__Task item__
Line by line, output the data that follows exactly as written.

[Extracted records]

↓

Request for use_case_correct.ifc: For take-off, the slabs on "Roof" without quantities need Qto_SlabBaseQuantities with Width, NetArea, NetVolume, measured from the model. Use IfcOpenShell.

First a look at what the model holds.

```python
import ifcopenshell
import ifcopenshell.util.element
import ifcopenshell.util.unit

model = ifcopenshell.open("use_case_correct.ifc")
print(model.schema)
for unit_type in ("LENGTHUNIT", "AREAUNIT", "VOLUMEUNIT"):
    print(unit_type, ifcopenshell.util.unit.calculate_unit_scale(model, unit_type))
storey = next(s for s in model.by_type("IfcBuildingStorey") if s.Name == "Roof")
slabs = [e for e in ifcopenshell.util.element.get_decomposition(storey) if e.is_a("IfcSlab")]
for e in sorted(slabs, key=lambda e: e.id()):
    print(e.id(), e.is_a(), e.Name, list(ifcopenshell.util.element.get_psets(e, qtos_only=True)), sep=" | ")
```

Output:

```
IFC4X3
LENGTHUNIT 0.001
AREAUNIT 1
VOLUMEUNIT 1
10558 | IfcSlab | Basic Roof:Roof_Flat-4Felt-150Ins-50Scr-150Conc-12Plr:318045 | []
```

```python
import ifcopenshell
import ifcopenshell.api.pset
import ifcopenshell.geom
import ifcopenshell.util.element
import ifcopenshell.util.shape
import ifcopenshell.util.unit

model = ifcopenshell.open("use_case_correct.ifc")
unit_scale = ifcopenshell.util.unit.calculate_unit_scale(model)
area_scale = ifcopenshell.util.unit.calculate_unit_scale(model, "AREAUNIT")
volume_scale = ifcopenshell.util.unit.calculate_unit_scale(model, "VOLUMEUNIT")
settings = ifcopenshell.geom.settings()

storey = next(s for s in model.by_type("IfcBuildingStorey") if s.Name == "Roof")
slabs = [e for e in ifcopenshell.util.element.get_decomposition(storey) if e.is_a("IfcSlab")]

for e in sorted(slabs, key=lambda e: e.id()):
    if ifcopenshell.util.element.get_psets(e, qtos_only=True, should_inherit=False):
        continue
    # Geometry comes back in metres, in the element's own axes.
    shape = ifcopenshell.geom.create_shape(settings, e)
    values = {
        "Width": ifcopenshell.util.shape.get_z(shape.geometry) / unit_scale,
        "NetArea": ifcopenshell.util.shape.get_footprint_area(shape.geometry) / area_scale,
        "NetVolume": ifcopenshell.util.shape.get_volume(shape.geometry) / volume_scale,
    }
    qto = ifcopenshell.api.pset.add_qto(model, product=e, name="Qto_SlabBaseQuantities")
    ifcopenshell.api.pset.edit_qto(model, qto=qto, properties=values)
    print(e.id(), {k: round(v, 3) for k, v in values.items()})

model.write("use_case_correct_rev.ifc")
```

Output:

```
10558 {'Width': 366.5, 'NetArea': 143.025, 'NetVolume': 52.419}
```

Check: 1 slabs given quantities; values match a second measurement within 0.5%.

↑

__Exercise response__
Request for use_case_correct.ifc: For take-off, the slabs on "Roof" without quantities need Qto_SlabBaseQuantities with Width, NetArea, NetVolume, measured from the model. Use IfcOpenShell.

First a look at what the model holds.

```python
import ifcopenshell
import ifcopenshell.util.element
import ifcopenshell.util.unit

model = ifcopenshell.open("use_case_correct.ifc")
print(model.schema)
for unit_type in ("LENGTHUNIT", "AREAUNIT", "VOLUMEUNIT"):
    print(unit_type, ifcopenshell.util.unit.calculate_unit_scale(model, unit_type))
storey = next(s for s in model.by_type("IfcBuildingStorey") if s.Name == "Roof")
slabs = [e for e in ifcopenshell.util.element.get_decomposition(storey) if e.is_a("IfcSlab")]
for e in sorted(slabs, key=lambda e: e.id()):
    print(e.id(), e.is_a(), e.Name, list(ifcopenshell.util.element.get_psets(e, qtos_only=True)), sep=" | ")
```

Output:

```
IFC4X3
LENGTHUNIT 0.001
AREAUNIT 1
VOLUMEUNIT 1
10558 | IfcSlab | Basic Roof:Roof_Flat-4Felt-150Ins-50Scr-150Conc-12Plr:318045 | []
```

```python
import ifcopenshell
import ifcopenshell.api.pset
import ifcopenshell.geom
import ifcopenshell.util.element
import ifcopenshell.util.shape
import ifcopenshell.util.unit

model = ifcopenshell.open("use_case_correct.ifc")
unit_scale = ifcopenshell.util.unit.calculate_unit_scale(model)
area_scale = ifcopenshell.util.unit.calculate_unit_scale(model, "AREAUNIT")
volume_scale = ifcopenshell.util.unit.calculate_unit_scale(model, "VOLUMEUNIT")
settings = ifcopenshell.geom.settings()

storey = next(s for s in model.by_type("IfcBuildingStorey") if s.Name == "Roof")
slabs = [e for e in ifcopenshell.util.element.get_decomposition(storey) if e.is_a("IfcSlab")]

for e in sorted(slabs, key=lambda e: e.id()):
    if ifcopenshell.util.element.get_psets(e, qtos_only=True, should_inherit=False):
        continue
    # Geometry comes back in metres, in the element's own axes.
    shape = ifcopenshell.geom.create_shape(settings, e)
    values = {
        "Width": ifcopenshell.util.shape.get_z(shape.geometry) / unit_scale,
        "NetArea": ifcopenshell.util.shape.get_footprint_area(shape.geometry) / area_scale,
        "NetVolume": ifcopenshell.util.shape.get_volume(shape.geometry) / volume_scale,
    }
    qto = ifcopenshell.api.pset.add_qto(model, product=e, name="Qto_SlabBaseQuantities")
    ifcopenshell.api.pset.edit_qto(model, qto=qto, properties=values)
    print(e.id(), {k: round(v, 3) for k, v in values.items()})

model.write("use_case_correct_rev.ifc")
```

Output:

```
10558 {'Width': 366.5, 'NetArea': 143.025, 'NetVolume': 52.419}
```

Check: 1 slabs given quantities; values match a second measurement within 0.5%.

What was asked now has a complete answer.